Corporate takeovers, as mentioned earlier, can be classified as either a friendly takeover or a hostile takeover:
- Friendly Takeover → The target company’s management and board of directors – in most friendly takeovers – might understand the merits of the acquisition and the synergies rationalizing the offer, i.e. the revenue benefits and cost savings from the business combination. The negotiation process is not necessarily easier, but the two parties are more open to arriving at amicable terms, resulting in a higher probability of closure (and fewer complexities, such as M&A defense tactics like the poison pill defense).

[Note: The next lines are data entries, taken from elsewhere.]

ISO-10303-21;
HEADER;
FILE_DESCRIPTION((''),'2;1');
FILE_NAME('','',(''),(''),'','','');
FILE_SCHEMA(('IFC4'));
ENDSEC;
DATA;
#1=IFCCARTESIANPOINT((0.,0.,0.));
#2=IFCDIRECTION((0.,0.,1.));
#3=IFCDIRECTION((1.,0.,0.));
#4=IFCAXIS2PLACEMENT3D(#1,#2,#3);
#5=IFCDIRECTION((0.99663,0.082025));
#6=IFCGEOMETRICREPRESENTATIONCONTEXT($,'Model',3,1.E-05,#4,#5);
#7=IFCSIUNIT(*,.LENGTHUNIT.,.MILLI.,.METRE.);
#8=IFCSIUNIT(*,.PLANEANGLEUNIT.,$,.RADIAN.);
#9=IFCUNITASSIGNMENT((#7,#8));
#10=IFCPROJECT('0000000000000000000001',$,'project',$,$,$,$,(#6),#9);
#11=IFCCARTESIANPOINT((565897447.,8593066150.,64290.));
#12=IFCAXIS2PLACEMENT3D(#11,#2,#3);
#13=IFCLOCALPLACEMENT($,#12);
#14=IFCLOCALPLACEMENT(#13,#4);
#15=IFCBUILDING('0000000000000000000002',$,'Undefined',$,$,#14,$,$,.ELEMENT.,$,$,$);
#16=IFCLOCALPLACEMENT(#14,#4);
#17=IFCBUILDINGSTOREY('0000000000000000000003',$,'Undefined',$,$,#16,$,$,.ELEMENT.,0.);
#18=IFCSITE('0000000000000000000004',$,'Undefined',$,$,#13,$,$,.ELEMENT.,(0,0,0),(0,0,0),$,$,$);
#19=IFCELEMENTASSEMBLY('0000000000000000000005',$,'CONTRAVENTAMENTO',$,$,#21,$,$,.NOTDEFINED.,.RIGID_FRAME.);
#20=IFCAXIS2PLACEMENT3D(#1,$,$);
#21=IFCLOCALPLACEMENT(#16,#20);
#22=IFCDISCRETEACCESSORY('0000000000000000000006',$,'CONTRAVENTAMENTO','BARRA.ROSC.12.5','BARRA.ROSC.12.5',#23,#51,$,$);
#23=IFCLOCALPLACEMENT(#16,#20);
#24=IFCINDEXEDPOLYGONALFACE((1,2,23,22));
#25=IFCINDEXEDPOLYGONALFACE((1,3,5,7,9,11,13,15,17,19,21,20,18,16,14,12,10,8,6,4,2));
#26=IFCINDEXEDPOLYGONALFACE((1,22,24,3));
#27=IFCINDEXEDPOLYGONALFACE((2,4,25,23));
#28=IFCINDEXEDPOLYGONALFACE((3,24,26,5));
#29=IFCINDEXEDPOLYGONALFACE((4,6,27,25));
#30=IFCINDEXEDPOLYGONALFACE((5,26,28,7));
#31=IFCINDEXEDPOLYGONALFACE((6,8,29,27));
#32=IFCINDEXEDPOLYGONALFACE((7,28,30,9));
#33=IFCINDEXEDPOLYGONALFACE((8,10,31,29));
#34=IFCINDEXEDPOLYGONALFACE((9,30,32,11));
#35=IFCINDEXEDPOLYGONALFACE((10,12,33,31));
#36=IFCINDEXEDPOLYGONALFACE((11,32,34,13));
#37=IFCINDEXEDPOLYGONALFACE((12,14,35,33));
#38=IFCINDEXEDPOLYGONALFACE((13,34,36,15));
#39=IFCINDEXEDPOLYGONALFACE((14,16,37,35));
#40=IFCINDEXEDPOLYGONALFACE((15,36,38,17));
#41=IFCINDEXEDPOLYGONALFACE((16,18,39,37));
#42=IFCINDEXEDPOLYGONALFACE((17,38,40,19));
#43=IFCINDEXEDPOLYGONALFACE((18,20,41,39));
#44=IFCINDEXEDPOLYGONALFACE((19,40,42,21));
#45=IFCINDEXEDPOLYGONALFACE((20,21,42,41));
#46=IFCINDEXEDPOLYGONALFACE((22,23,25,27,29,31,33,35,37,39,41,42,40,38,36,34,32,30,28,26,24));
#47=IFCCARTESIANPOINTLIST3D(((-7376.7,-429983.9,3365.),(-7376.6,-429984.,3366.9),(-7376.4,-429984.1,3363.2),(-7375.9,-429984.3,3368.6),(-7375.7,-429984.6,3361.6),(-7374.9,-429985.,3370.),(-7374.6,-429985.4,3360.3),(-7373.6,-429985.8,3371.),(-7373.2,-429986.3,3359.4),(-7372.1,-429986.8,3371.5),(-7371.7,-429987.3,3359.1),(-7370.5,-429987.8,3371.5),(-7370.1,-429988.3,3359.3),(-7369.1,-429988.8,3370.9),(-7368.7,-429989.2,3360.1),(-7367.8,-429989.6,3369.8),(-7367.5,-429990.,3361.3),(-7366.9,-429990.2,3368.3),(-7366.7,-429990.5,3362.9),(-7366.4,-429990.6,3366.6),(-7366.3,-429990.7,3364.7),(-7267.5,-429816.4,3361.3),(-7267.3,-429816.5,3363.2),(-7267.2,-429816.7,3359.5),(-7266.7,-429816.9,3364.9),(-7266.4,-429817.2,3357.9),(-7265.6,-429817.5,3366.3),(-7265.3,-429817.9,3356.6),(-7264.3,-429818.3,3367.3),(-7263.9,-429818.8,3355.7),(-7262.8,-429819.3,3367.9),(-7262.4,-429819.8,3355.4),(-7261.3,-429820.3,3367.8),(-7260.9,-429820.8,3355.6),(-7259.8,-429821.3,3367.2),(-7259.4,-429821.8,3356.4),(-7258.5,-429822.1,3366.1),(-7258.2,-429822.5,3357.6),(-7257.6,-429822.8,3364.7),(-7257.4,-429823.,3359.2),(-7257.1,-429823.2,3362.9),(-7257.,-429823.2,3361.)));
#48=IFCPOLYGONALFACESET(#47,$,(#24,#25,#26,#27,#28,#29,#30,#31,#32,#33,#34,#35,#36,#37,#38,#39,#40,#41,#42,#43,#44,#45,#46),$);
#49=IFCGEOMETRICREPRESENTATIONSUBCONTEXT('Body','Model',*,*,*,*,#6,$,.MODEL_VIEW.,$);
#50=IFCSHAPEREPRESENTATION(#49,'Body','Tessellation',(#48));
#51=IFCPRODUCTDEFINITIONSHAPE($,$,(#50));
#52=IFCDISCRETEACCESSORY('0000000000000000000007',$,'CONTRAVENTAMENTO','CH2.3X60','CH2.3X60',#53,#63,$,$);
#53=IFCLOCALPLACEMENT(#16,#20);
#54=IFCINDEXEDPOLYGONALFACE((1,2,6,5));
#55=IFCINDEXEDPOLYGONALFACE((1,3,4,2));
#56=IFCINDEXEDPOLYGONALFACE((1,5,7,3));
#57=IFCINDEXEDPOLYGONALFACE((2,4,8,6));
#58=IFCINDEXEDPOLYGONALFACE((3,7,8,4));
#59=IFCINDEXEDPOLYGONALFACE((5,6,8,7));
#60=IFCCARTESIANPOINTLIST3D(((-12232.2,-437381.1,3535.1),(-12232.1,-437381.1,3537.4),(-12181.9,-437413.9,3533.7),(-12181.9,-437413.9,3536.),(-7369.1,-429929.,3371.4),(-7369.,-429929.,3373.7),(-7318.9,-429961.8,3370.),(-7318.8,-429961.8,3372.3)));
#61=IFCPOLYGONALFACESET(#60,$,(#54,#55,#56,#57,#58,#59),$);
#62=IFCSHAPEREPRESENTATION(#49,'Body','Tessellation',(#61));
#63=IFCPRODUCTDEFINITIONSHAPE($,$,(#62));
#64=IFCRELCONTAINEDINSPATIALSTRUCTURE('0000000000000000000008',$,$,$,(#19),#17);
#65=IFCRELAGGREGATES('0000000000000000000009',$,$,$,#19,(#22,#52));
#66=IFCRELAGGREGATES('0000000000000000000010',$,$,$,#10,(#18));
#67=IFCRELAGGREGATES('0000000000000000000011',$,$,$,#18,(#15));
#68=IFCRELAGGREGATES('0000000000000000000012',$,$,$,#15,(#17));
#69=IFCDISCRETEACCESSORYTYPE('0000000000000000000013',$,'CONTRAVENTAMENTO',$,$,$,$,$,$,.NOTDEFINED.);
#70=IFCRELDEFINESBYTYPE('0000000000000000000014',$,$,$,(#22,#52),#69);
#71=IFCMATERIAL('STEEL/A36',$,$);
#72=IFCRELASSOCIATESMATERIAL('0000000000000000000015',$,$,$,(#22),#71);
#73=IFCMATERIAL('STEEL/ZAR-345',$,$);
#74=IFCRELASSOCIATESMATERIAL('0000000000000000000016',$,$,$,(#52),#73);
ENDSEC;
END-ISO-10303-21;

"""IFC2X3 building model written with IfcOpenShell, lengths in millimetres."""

from ifc_helpers import new_model, si_unit, direction, frame, origin_with_axes, origin_2d_with_axis, place, context, subcontext, project, spatial, polyline, circle, outline, extrude, material, type_object, element, aggregate, save


model = new_model("IFC2X3")

# Units and contexts
model_context = context("Model", 3, precision=1e-05, world=origin_with_axes(), true_north=direction((0.99663, 0.082025)))
body_context = subcontext(model_context, "Body", "Model", "MODEL_VIEW")
ifc_project = project(units=[si_unit("LENGTHUNIT", "METRE", prefix="MILLI"), si_unit("PLANEANGLEUNIT", "RADIAN")], contexts=[model_context])

# Site, building, storey
site_placement = place(None, frame((565897447.0, 8593066150.0, 64290.0), z_axis=(0.0, 0.0, 1.0), x_axis=(1.0, 0.0, 0.0)))
site = spatial("IfcSite", under=ifc_project, at=site_placement, Name="Undefined", CompositionType="ELEMENT", RefLatitude=(0, 0, 0), RefLongitude=(0, 0, 0))
building_placement = place(site_placement, origin_with_axes())
building = spatial("IfcBuilding", under=site, at=building_placement, Name="Undefined", CompositionType="ELEMENT")
storey_placement = place(building_placement, origin_with_axes())
storey = spatial("IfcBuildingStorey", under=building, at=storey_placement, Name="Undefined", CompositionType="ELEMENT", Elevation=0.0)

# Shared definitions
ifc_material_1 = material(Name="STEEL/A36")

# Element assembly, discrete accessories
assembly_1_placement = place(storey_placement, origin_with_axes())
assembly_1 = element("IfcElementAssembly", 1, at=assembly_1_placement, inside=storey, Name="CONTRAVENTAMENTO", AssemblyPlace="NOTDEFINED", PredefinedType="RIGID_FRAME")
discrete_accessory_type_1 = type_object("IfcDiscreteAccessoryType", Name="CONTRAVENTAMENTO")
discrete_accessory_1_placement = place(assembly_1_placement, frame((-7262.2, -429819.8, 3361.7), z_axis=(-0.836984, 0.546715, 0.02368), x_axis=(-0.546411, -0.837315, 0.018398)))
discrete_accessory_1 = element("IfcDiscreteAccessory", 2, at=discrete_accessory_1_placement, type_object=discrete_accessory_type_1, material=ifc_material_1, Name="CONTRAVENTAMENTO", Description="BARRA.ROSC.12.5", ObjectType="BARRA.ROSC.12.5", context=body_context, shape_type="SweptSolid", body=[
    extrude(circle(Radius=6.2, at=origin_2d_with_axis()), frame((200.0, 0.0, 0.0), z_axis=(-1.0, 0.0, 0.0), x_axis=(0.0, -1.0, 0.0)), (0.0, 0.0, 1.0), 200.0),
])
ifc_material_2 = material(Name="STEEL/ZAR-345")
discrete_accessory_2_placement = place(assembly_1_placement, frame((-7344.0, -429945.4, 3371.8), z_axis=(-0.029885, -0.00246, -0.99955), x_axis=(-0.546411, -0.837315, 0.018398)))
discrete_accessory_2 = element("IfcDiscreteAccessory", 3, at=discrete_accessory_2_placement, type_object=discrete_accessory_type_1, material=ifc_material_2, Name="CONTRAVENTAMENTO", Description="CH2.3X60", ObjectType="CH2.3X60", context=body_context, shape_type="SweptSolid", body=[
    extrude(outline(polyline([(0.0, 30.0), (8900.0, 30.0), (8900.0, -30.0), (0.0, -30.0), (0.0, 30.0)])), frame((0.0, 0.0, -1.1), z_axis=(0.0, 0.0, 1.0), x_axis=(1.0, 0.0, 0.0)), (0.0, 0.0, 1.0), 2.3),
])
aggregate(assembly_1, [discrete_accessory_1, discrete_accessory_2])

save(model, "model.ifc")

- Hostile Takeover → On the other hand, a hostile takeover tends to follow an unsuccessful attempt at a friendly bid and subsequent collapsed negotiations with the company’s executives. However, the bidder – despite objections from management and the board – can still pursue the acquisition by directly reaching the shareholders and convincing enough of them to vote in favor of the acquisition.
Generally speaking, most shareholders who actively participate and vote tend to trust management’s guidance, unless there have been recent events that have transpired, causing an erosion in trust in management’s judgment and decisions (i.e. stock price decline, less shareholder value creation).
In a proxy fight, the hostile acquirer attempts to convince a sufficient percentage of existing shareholders to vote against the existing management team to complete the proposed acquisition.
One critical factor here in terms of shareholder sentiment is the recent performance of the company in terms of its earnings reports and stock price, as underperformance tends to work in favor of the hostile bidder.